2000 Best Practice Awards
Program and Geographical Winners: Missouri
Best Practice: Bristol Place (previously Murphy
Blair Townhouses)
Local Developer Transforms Run Down City
Housing Through Community Partnerships
St. Louis.
Kohner Properties turned a crime-infested, dilapidated property in St.
Louis, Missouri, into a thriving, affordable apartment building. More than
50 percent of the neighborhood in which Bristol Place is located was owned
by the city because of tax foreclosures. Kohner Properties purchased the
100-unit apartment complex at a U.S. Department of Housing and Urban Development
(HUD) foreclosure sale for $640,000 and adopted a substantial amount of
surrounding abandoned property from the city in exchange for removing trash
and dead trees. The developer worked closely with police to arrest and/or
evict tenants and visitors responsible for drug trafficking. The apartments
were then remodeled: new roofs, windows and doors were installed, modern
kitchens replaced old ones, and walls were demolished to enlarge the size
of rooms. Kohner Properties obtained $1,861,004 in privately-financed renovation
costs and a 10-year tax abatement from the city. Through partnership, innovation
and dedication, Kohner Properties changed the environment of the eight city
blocks, by not only improving their properties, but also by adding attractive
fencing, signage, and renovating two playgrounds, making the area safer
and economically stable, and promoting interest from other developers.
Contact: Jon Pyzyk, Phone: (314) 862-8916
Tracking Number: 1512
Winning Category: Geographical
Best Practice: Economic Growth Group Microenterprise
Creation and Development
Partnership Assists Start-Ups and Existing
Businesses with Technical Support
Kansas City.
The Economic Growth Group (EGG) Program helps individuals start a business
and existing business owners enhance their skills and managerial expertise
in businesses located in the Kansas City CDBG service area.

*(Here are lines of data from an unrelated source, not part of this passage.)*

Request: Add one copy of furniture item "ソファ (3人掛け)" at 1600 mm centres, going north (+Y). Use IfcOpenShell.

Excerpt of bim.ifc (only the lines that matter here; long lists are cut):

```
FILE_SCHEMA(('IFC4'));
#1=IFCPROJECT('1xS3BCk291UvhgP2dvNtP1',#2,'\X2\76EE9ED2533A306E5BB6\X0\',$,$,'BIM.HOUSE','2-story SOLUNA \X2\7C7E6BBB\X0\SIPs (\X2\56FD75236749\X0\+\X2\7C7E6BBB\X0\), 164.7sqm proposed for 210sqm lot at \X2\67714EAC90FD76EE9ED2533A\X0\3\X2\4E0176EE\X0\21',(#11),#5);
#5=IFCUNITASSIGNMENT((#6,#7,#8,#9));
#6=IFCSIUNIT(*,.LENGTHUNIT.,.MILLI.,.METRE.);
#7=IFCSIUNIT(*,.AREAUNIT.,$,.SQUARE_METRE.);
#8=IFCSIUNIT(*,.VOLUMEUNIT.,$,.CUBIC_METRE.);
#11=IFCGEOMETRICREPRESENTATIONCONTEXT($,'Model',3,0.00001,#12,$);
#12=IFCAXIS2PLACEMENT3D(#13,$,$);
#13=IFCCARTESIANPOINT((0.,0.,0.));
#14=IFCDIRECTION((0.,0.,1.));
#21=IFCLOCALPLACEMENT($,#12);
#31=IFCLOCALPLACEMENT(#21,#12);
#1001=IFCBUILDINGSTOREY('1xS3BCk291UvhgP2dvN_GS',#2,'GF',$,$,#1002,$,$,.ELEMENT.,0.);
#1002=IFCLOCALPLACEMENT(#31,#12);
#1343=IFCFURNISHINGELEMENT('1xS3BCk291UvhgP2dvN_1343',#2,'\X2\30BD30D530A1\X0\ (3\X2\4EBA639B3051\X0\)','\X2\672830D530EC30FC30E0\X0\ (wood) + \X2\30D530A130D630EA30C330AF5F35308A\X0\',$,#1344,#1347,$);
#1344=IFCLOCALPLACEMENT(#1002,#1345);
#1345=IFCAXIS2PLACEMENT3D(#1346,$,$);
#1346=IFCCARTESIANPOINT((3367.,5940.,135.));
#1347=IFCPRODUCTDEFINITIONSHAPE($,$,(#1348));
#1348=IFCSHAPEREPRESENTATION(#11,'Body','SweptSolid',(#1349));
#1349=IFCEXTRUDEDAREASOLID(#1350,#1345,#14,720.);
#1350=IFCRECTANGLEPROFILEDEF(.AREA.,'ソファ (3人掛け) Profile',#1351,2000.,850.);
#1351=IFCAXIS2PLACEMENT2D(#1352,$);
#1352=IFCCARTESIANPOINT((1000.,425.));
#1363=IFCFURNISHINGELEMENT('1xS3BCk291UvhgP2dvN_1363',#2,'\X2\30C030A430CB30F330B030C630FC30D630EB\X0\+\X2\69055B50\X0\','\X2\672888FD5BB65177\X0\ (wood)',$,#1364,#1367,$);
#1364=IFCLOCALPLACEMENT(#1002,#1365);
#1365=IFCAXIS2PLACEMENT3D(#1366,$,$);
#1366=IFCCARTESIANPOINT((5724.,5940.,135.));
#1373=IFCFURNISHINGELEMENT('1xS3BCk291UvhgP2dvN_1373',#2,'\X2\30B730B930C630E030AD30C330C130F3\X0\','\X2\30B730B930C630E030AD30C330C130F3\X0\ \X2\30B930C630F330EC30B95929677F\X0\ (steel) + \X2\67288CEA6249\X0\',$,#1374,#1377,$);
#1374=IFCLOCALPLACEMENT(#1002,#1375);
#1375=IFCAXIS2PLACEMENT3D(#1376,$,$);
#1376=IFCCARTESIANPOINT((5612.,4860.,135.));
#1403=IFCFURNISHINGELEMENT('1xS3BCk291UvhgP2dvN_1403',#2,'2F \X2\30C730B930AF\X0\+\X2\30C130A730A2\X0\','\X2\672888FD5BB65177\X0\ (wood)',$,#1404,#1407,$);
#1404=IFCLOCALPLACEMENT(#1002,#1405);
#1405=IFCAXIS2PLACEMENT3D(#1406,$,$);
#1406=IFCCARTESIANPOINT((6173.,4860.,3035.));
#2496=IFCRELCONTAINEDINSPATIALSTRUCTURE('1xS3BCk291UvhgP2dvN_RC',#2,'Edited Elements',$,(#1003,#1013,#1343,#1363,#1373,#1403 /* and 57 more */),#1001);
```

```python
import numpy as np
import ifcopenshell
import ifcopenshell.api.geometry
import ifcopenshell.api.root
import ifcopenshell.util.element
import ifcopenshell.util.placement
import ifcopenshell.util.unit

model = ifcopenshell.open("bim.ifc")
unit_scale = ifcopenshell.util.unit.calculate_unit_scale(model)


def reuse_history(source, copy):
    """copy_class also copies each property set's owner history, people and application; keep the originals."""
    for rel in copy.IsDefinedBy:
        if rel.is_a("IfcRelDefinesByProperties") and (history := rel.RelatingPropertyDefinition.OwnerHistory):
            rel.RelatingPropertyDefinition.OwnerHistory = source.OwnerHistory
            ifcopenshell.util.element.remove_deep2(model, history)


source = model.by_guid("1xS3BCk291UvhgP2dvN_1343")
base = ifcopenshell.util.placement.get_local_placement(source.ObjectPlacement)
step = np.array([0.0, 1.0, 0.0]) * 1.6 / unit_scale

for i in range(1, 2):
    copy = ifcopenshell.api.root.copy_class(model, product=source)
    copy.Representation = ifcopenshell.util.element.copy_deep(
        model, source.Representation, exclude=["IfcGeometricRepresentationContext", "IfcRepresentationMap"]
    )
    reuse_history(source, copy)
    matrix = base.copy()
    matrix[:3, 3] += i * step
    print("added at", matrix[:3, 3].round(3) + 0.0)
    ifcopenshell.api.geometry.edit_object_placement(model, product=copy, matrix=matrix, is_si=False)

model.write("bim_rev.ifc")
```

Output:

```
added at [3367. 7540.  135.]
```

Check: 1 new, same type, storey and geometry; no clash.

Participants
enter into a five-year partnership with the program. The program uses a
case management model to provide professional technical support in the form
of financial analysis, cash management, marketing and operational systems
evaluation. These business creation and development supports are supplemented
with affordable business space and business services including bulk mailing,
faxing, computer training, business resource library, Internet access, telephone
answering and copier services. The program uses traditional and non-traditional
lending sources and serves as a loan packager and intermediary for financing.

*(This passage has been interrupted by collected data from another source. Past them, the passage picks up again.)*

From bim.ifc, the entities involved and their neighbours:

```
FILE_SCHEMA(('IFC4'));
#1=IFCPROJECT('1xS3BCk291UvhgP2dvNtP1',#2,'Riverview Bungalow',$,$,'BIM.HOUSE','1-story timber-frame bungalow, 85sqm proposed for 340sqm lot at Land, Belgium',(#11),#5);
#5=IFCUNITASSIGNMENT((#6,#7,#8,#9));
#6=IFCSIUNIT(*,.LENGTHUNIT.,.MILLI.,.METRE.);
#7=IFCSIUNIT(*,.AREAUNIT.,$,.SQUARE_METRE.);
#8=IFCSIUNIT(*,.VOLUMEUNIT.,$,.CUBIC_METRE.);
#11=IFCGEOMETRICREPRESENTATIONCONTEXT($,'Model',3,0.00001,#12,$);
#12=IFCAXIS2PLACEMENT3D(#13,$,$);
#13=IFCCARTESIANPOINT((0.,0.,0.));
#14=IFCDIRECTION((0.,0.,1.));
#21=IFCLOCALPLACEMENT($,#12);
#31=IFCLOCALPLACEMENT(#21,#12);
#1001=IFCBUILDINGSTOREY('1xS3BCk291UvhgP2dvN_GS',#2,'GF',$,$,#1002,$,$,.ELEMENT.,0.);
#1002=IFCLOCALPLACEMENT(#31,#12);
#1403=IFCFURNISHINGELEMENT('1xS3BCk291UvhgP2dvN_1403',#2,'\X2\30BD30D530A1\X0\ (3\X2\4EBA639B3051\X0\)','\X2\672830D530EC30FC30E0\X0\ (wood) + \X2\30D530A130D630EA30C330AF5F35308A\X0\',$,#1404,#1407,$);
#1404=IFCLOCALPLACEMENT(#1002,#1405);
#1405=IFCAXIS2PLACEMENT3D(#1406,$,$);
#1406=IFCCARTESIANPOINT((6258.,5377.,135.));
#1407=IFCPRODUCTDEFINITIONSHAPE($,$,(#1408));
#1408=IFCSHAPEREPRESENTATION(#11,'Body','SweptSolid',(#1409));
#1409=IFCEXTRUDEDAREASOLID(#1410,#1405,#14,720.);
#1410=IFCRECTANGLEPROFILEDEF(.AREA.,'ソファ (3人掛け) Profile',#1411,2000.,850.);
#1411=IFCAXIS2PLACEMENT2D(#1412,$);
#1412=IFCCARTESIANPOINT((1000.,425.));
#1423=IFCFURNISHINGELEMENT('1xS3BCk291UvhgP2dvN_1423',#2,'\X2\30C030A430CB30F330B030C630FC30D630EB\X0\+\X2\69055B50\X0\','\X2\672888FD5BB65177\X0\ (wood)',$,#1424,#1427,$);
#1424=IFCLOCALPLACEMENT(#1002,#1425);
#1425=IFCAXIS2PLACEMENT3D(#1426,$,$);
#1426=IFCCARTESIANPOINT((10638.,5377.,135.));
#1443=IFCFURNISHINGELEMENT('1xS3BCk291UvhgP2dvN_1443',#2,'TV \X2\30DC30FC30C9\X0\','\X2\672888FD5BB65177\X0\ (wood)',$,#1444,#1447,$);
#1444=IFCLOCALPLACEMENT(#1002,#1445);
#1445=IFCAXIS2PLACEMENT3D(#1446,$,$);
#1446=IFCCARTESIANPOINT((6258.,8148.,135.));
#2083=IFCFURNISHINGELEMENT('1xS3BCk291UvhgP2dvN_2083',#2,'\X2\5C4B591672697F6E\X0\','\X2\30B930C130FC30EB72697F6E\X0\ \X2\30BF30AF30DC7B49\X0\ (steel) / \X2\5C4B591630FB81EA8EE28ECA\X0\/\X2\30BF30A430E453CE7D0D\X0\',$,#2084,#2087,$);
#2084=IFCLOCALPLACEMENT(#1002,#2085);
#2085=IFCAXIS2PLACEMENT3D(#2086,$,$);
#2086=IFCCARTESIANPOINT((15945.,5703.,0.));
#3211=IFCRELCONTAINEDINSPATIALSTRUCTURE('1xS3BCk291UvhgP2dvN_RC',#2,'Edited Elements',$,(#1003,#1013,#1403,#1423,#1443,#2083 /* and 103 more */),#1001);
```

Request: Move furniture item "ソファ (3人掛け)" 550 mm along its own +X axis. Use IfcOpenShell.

```python
import ifcopenshell
import ifcopenshell.api.geometry
import ifcopenshell.util.placement
import ifcopenshell.util.unit

model = ifcopenshell.open("bim.ifc")
unit_scale = ifcopenshell.util.unit.calculate_unit_scale(model)

item = model.by_guid("1xS3BCk291UvhgP2dvN_1403")
matrix = ifcopenshell.util.placement.get_local_placement(item.ObjectPlacement)
matrix[:3, 3] += matrix[:3, 0] * 0.55 / unit_scale
ifcopenshell.api.geometry.edit_object_placement(model, product=item, matrix=matrix, is_si=False)

print(ifcopenshell.util.placement.get_local_placement(item.ObjectPlacement).round(3) + 0.0)

model.write("bim_rev.ifc")
```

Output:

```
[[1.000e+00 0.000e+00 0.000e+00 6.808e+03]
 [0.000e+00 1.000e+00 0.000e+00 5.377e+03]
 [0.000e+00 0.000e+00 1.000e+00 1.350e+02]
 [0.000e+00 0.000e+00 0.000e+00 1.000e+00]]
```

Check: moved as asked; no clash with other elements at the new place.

The program offers participants a stipend to offset the cost of securing
outside professional services. EGG relies on existing city services and
programs to prevent duplication of business support. A citywide network
of development specialists assists participants. The EGG has created 179
new jobs and retained 169. In addition, 40 loans have been closed for a
total investment of $1,209,000.
Contact: Donna Colding, Phone: (816) 274-2301
Tracking Number: 2378
Winning Category: Program (Community Builder)
Best Practice: Fair Housing Faith and Community
Fair
Fair Educates Residents on Civil Rights
and Fair Housing
Kansas City.
Led by the Metropolitan Baptist Church, a coalition of church leaders,
federal agencies, schools and colleges sponsored an all-day fair housing
and civil rights fair. The U.S. Department of Justice, HUD, the U.S. Department
of Agriculture, the U.S. Commission on Civil Rights, and a variety of other
federal agencies joined with private sector organizations to educate approximately
500 people on issues ranging from how to obtain food stamps to how to fight
for fair housing. These efforts substantially raised the level of community
awareness regarding how government and private sector resources can be used
to protect their rights.
Contact: Wallace Hartsfield, Phone: (816)
923-3689
Tracking Number: 52
Winning Category: Geographical
Best Practice: The Housing Authority of the City of Noel, MO (NHA)
Housing Authority Develops Homeownership
Plan for Public Housing Residents
Noel.
The Noel Housing Authority (NHA) is comprised of 100 units. The complex
is located in McDonald County, which is one of the poorest counties in the
state. The waiting lists for subsidized housing in this area is extremely
long. In an effort to improve the situation, the NHA Board of Commissioners
decided to improve the properties throughout the community, and a Homeownership
plan was devised. The Public Housing Authority (PHA) has been successful
in enhancing the lives of public housing residents by stabilizing them in
the community. The Homeownership Plan builds residents’ self-sufficiency
and self-esteem by allowing them to feel like an integral part of the community.
Run down properties in the community were improved, renters became interested
in purchasing homes, transient work force became more stable and the property
tax base improved. To date, two homes have been purchased and prospective
buyer sessions have yielded a list of thirty-six interested homebuyers.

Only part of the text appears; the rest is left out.